### Task details
Check every line in the records below for the word "IFCWINDOW" and report how many have it, nothing more.

──────── Source material

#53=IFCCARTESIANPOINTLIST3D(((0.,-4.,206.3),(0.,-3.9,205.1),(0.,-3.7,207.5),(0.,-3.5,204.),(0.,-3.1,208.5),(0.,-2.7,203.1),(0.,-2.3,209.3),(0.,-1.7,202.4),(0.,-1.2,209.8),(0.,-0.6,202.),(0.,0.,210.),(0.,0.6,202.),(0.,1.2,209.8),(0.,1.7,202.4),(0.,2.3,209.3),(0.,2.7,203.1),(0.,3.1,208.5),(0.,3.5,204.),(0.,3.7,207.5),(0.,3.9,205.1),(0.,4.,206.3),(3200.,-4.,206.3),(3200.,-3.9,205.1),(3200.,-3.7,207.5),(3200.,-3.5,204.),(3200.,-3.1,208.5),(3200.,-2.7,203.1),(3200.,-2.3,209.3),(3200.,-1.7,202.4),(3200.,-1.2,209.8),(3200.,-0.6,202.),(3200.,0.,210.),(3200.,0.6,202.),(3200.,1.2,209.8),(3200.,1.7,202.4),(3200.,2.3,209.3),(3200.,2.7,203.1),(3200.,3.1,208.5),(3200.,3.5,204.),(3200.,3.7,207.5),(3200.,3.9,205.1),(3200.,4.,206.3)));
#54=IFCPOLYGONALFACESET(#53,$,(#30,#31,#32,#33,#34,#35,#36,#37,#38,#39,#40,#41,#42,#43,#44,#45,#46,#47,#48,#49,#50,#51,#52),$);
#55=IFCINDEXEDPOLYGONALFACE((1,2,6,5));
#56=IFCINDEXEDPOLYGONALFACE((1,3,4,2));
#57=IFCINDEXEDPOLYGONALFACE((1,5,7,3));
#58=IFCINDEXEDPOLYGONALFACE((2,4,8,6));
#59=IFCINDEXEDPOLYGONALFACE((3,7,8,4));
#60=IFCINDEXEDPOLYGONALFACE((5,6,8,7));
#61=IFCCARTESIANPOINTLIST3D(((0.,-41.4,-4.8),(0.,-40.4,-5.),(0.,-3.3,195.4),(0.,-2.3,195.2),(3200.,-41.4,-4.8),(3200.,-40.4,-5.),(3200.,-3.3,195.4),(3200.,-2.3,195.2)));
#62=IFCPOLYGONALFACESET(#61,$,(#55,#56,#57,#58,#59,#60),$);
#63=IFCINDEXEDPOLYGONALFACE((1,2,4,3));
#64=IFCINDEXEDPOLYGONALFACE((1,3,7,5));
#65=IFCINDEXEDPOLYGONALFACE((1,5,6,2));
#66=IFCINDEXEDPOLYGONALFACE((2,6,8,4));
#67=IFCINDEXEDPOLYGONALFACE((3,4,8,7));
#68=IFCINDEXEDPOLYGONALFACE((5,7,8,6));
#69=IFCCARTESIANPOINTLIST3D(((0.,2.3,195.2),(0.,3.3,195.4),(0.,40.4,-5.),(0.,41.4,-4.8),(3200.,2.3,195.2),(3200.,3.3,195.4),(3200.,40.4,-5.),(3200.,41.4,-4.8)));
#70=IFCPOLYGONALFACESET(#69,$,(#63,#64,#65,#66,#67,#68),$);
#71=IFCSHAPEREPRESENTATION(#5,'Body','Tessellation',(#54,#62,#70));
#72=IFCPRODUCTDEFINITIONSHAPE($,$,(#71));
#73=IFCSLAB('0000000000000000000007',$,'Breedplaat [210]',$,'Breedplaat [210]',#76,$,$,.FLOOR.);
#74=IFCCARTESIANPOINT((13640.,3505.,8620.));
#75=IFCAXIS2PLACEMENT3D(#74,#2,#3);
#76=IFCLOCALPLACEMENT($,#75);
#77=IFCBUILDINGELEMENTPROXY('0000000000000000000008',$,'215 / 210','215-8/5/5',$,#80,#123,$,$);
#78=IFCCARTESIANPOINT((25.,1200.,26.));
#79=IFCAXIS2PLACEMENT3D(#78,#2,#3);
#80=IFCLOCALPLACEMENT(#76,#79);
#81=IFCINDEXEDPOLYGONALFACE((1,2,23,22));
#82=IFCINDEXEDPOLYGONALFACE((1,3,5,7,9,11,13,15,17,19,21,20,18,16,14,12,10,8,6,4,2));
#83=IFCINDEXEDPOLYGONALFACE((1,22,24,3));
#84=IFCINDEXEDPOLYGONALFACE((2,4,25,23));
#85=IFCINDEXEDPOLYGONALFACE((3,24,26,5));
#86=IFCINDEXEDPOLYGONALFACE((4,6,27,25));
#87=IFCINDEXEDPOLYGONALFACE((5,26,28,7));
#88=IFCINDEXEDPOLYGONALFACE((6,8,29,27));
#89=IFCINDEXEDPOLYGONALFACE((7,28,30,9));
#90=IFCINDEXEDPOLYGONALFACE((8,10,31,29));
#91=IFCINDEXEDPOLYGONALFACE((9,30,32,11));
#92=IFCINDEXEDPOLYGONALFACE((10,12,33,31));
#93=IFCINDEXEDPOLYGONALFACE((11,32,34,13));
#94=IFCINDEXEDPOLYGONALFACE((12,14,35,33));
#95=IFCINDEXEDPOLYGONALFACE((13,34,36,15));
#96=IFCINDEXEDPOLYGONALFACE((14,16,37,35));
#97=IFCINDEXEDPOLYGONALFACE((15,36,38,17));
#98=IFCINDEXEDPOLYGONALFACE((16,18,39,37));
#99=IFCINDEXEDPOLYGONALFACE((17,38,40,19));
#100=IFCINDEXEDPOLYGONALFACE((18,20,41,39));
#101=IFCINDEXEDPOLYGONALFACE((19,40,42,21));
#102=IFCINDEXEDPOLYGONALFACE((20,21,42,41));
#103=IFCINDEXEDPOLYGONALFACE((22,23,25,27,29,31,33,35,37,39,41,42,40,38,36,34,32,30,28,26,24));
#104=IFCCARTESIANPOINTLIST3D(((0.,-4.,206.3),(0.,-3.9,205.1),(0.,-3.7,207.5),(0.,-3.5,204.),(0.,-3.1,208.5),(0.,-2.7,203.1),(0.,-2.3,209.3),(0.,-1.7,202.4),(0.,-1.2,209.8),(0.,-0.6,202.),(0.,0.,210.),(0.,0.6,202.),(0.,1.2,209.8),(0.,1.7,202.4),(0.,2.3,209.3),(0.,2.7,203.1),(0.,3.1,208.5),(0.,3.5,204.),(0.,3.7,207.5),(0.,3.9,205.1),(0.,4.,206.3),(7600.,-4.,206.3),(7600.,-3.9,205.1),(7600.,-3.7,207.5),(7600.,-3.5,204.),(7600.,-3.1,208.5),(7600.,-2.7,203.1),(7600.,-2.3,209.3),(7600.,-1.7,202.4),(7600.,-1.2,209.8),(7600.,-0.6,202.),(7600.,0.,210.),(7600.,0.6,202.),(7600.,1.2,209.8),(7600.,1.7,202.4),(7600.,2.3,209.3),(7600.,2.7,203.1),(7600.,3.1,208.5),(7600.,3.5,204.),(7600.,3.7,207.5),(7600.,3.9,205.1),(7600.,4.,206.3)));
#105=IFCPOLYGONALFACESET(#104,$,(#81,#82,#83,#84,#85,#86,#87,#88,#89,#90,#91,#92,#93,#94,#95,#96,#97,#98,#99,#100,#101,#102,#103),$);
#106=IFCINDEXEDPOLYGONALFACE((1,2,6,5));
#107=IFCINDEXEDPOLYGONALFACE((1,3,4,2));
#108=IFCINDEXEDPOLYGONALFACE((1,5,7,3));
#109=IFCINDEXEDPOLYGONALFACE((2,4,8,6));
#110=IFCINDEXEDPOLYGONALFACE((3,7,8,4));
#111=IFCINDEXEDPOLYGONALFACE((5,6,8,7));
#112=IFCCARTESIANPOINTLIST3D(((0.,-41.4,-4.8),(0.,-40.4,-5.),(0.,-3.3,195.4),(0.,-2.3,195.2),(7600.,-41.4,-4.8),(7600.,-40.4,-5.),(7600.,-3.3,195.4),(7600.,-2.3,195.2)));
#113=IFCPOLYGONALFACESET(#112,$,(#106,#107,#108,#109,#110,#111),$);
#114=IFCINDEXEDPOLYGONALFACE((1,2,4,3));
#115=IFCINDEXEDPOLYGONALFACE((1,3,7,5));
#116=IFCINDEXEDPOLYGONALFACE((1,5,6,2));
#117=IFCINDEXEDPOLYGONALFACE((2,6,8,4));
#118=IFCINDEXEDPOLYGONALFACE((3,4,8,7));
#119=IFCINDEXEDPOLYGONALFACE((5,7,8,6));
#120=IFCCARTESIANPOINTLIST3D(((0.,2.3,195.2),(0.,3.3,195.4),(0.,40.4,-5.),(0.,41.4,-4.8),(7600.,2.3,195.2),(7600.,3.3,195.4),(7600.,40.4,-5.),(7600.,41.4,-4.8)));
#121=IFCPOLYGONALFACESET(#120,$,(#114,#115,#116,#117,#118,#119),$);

────────────────
──────── Source material

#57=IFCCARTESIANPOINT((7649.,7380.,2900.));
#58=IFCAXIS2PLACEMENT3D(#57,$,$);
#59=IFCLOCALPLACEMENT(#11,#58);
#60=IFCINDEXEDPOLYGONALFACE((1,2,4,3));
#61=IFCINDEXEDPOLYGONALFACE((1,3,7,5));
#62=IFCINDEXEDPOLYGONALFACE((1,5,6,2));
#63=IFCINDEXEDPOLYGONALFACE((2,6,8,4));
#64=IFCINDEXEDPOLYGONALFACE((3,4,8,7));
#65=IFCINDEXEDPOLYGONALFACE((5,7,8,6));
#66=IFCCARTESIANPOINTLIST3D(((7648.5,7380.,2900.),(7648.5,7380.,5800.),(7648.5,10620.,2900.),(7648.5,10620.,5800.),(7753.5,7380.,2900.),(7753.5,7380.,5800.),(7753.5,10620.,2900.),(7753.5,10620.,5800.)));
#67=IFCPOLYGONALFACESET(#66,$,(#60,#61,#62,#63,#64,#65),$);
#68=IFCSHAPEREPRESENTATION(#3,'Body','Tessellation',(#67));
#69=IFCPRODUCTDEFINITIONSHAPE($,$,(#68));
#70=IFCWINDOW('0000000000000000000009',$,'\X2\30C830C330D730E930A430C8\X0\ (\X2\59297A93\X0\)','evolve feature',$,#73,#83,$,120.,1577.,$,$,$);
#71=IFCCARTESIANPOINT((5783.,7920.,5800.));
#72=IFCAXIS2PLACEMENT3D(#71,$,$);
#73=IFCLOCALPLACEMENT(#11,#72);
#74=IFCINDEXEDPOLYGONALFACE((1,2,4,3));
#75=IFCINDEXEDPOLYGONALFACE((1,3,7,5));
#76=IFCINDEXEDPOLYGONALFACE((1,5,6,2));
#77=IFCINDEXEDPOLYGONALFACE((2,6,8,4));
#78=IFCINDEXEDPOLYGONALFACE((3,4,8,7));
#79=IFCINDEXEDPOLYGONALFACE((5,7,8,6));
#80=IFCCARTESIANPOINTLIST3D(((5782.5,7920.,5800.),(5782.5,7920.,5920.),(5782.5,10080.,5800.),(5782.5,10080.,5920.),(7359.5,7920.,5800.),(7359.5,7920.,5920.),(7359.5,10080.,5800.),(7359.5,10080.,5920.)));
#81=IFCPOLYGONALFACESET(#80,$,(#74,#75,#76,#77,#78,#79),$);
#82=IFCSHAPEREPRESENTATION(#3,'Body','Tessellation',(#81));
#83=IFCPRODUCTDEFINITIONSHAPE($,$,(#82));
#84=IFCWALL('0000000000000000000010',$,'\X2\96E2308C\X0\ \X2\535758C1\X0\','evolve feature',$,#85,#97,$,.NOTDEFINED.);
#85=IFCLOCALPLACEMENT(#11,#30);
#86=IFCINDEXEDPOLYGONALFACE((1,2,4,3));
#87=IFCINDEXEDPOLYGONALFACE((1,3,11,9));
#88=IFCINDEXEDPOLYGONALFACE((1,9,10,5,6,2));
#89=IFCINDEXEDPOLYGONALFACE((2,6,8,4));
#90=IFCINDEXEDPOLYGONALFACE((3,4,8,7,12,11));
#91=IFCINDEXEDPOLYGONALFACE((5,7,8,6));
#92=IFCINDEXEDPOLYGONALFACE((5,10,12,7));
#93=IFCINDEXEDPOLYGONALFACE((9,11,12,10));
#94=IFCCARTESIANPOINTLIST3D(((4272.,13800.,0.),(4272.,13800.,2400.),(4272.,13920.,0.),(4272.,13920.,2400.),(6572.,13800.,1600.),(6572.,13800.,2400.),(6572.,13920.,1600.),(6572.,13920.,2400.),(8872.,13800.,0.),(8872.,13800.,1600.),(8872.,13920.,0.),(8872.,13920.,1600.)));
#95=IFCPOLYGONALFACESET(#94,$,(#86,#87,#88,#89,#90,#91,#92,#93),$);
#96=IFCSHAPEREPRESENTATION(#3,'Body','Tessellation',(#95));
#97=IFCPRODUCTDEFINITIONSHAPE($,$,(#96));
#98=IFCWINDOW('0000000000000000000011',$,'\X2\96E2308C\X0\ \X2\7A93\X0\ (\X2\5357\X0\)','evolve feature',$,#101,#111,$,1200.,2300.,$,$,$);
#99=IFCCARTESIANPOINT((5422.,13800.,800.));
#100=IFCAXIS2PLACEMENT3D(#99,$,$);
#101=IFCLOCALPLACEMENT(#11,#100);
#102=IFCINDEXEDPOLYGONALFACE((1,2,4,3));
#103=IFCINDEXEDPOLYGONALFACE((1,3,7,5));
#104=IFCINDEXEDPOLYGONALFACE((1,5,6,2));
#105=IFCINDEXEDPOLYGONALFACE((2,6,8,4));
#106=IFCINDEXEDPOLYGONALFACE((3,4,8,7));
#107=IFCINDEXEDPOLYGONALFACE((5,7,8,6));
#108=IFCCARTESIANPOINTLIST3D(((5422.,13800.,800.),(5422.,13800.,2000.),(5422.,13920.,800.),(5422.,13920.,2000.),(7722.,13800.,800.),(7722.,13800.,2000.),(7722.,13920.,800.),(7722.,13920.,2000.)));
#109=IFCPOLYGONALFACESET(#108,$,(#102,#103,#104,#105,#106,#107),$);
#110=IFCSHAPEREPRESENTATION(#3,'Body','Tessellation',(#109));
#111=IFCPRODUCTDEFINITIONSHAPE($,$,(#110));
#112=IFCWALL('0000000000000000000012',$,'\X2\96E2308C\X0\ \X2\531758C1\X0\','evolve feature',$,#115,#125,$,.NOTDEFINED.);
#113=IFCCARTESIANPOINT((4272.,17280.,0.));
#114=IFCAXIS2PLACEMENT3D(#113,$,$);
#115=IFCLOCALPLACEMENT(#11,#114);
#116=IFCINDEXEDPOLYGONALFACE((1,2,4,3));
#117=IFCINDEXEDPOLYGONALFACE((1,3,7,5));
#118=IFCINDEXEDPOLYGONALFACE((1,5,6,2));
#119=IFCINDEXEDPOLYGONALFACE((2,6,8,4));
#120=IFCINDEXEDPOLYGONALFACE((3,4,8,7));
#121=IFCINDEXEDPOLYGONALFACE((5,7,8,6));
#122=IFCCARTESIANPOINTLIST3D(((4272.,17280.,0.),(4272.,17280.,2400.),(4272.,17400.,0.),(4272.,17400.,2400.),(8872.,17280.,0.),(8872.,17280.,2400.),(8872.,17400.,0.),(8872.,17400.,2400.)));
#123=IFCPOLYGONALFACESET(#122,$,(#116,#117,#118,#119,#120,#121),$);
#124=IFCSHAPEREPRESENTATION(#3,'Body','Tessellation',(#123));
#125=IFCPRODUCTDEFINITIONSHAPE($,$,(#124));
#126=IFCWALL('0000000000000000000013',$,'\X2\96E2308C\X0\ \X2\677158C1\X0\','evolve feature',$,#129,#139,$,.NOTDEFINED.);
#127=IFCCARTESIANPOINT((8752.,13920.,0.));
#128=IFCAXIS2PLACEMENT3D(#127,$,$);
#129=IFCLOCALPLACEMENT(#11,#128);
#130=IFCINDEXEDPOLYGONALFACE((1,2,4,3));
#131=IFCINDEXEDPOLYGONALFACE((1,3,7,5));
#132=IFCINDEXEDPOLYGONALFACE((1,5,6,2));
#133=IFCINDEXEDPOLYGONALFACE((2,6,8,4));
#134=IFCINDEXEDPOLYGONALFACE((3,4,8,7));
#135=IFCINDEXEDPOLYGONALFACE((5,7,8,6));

────────────────

### Your response
2